___ Data for processing ___

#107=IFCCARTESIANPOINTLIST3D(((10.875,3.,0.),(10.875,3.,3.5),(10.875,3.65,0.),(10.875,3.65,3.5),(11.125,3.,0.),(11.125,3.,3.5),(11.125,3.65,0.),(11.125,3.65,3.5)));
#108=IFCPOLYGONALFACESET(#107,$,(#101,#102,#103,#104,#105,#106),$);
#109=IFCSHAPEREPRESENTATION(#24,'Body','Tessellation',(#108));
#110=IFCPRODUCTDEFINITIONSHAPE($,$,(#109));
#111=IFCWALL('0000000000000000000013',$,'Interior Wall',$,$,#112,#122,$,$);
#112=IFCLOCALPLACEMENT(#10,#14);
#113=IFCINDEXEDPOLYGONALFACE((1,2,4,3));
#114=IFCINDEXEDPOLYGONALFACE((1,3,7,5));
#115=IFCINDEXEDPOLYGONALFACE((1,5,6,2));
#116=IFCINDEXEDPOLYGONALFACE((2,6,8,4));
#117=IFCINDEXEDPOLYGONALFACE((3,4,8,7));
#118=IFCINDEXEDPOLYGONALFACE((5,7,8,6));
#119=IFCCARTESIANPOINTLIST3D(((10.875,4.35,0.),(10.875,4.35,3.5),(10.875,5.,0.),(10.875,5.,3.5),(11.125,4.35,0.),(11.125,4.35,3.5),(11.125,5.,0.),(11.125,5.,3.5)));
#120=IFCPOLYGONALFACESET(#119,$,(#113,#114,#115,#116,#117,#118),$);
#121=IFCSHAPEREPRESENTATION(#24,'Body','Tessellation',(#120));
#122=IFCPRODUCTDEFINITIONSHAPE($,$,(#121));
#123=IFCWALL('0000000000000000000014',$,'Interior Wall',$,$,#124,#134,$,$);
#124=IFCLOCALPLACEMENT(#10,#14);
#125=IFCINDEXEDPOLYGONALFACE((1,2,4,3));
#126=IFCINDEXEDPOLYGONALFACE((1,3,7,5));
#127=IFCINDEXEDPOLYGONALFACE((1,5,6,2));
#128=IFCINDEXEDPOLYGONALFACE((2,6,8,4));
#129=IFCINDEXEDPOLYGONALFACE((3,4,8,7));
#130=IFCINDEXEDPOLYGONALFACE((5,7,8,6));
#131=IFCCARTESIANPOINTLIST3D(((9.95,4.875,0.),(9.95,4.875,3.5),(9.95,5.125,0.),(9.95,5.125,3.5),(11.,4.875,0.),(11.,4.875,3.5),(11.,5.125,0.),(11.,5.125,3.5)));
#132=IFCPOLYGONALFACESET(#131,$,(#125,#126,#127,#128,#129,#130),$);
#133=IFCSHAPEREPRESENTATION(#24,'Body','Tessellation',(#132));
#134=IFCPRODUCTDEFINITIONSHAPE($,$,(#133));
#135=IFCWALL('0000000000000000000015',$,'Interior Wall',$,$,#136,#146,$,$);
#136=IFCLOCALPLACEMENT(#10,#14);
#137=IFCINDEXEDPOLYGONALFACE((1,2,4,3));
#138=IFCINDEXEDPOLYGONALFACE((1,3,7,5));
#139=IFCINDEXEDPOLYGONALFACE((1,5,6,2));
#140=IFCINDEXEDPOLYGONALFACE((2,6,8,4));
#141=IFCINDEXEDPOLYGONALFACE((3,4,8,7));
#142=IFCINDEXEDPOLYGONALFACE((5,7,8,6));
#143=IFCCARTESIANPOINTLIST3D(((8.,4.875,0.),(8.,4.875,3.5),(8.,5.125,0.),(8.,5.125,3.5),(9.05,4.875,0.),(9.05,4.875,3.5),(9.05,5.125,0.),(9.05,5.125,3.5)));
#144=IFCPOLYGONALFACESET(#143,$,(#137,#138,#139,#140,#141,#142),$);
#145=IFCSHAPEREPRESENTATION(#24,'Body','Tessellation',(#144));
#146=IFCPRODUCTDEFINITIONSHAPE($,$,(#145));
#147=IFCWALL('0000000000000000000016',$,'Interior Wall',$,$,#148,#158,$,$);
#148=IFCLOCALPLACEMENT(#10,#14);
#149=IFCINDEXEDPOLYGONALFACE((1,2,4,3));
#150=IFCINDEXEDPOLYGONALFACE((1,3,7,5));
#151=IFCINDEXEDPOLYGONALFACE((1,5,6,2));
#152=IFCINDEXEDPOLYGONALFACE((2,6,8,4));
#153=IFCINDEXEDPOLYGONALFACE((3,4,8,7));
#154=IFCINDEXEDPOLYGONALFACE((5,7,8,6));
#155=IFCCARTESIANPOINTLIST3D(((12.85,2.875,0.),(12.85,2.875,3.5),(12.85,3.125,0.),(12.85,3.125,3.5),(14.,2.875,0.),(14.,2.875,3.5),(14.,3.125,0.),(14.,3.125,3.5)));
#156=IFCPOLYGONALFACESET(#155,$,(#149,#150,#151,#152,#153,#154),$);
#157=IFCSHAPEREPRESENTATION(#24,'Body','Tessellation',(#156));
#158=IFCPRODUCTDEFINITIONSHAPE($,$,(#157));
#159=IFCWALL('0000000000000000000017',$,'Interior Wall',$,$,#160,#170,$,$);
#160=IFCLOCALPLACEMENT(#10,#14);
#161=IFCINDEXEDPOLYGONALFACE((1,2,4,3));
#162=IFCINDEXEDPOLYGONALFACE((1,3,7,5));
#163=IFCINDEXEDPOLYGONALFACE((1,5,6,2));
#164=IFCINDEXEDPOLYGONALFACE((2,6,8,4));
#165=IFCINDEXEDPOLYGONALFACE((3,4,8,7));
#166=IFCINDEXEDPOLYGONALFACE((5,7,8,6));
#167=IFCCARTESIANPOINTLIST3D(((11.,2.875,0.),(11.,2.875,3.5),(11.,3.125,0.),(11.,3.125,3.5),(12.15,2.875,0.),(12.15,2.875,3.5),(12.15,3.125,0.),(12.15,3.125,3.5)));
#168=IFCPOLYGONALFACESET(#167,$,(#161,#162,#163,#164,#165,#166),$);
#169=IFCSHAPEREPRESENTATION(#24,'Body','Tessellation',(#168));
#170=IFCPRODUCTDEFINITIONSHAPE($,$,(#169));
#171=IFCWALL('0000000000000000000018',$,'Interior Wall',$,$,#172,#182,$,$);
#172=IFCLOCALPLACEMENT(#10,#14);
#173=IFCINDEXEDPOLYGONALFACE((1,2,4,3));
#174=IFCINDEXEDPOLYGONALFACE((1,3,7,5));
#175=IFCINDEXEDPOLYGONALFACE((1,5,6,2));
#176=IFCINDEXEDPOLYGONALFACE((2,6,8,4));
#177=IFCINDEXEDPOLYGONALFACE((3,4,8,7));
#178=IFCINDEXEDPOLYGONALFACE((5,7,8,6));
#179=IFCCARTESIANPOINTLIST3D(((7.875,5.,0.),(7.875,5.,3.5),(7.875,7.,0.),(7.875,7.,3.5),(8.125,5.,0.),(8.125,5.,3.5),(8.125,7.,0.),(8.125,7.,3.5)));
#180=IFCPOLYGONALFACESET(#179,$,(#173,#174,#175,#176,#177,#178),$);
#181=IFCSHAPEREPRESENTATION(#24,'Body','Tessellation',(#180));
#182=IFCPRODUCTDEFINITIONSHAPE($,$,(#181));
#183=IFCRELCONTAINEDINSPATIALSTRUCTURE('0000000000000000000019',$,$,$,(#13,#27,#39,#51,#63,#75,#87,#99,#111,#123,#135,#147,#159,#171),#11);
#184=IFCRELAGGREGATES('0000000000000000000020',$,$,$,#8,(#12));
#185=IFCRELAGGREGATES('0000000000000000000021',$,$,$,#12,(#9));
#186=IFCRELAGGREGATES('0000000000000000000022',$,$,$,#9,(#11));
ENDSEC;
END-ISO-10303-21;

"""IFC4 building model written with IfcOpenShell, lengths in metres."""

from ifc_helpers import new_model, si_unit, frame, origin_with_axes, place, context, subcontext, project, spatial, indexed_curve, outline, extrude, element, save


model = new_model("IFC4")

___
___ Data for processing ___

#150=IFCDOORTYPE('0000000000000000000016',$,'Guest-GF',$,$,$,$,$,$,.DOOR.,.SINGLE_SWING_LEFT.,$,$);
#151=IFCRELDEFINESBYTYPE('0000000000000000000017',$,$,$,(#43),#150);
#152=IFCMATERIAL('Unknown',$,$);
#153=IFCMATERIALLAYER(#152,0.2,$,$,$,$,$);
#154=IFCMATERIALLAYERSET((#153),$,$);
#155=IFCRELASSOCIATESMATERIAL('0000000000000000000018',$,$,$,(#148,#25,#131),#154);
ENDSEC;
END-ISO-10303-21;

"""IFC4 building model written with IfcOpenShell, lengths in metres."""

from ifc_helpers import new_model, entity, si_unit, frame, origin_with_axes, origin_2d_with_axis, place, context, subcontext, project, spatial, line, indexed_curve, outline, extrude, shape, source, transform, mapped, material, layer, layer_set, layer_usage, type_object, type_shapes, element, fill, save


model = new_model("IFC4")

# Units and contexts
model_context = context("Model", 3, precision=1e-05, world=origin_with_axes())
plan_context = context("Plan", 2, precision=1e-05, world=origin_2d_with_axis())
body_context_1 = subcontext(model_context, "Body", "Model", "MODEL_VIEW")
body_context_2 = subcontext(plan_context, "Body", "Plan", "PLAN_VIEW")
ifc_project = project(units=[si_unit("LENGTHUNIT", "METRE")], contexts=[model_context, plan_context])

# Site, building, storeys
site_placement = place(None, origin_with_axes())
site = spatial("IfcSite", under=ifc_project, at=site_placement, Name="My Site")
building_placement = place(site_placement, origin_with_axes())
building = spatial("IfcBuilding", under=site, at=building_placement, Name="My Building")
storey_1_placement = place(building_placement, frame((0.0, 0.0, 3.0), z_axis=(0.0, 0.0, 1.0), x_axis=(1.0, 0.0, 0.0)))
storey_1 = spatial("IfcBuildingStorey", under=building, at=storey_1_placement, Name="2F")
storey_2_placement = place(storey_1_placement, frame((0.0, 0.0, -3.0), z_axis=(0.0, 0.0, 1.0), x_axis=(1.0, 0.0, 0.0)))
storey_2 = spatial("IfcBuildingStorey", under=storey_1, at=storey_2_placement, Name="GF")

___

■ Task prompt:
Each line of the data that holds the word "IFCRELAGGREGATES" should be copied.

■ Written solution:
#184=IFCRELAGGREGATES('0000000000000000000020',$,$,$,#8,(#12));
#185=IFCRELAGGREGATES('0000000000000000000021',$,$,$,#12,(#9));
#186=IFCRELAGGREGATES('0000000000000000000022',$,$,$,#9,(#11));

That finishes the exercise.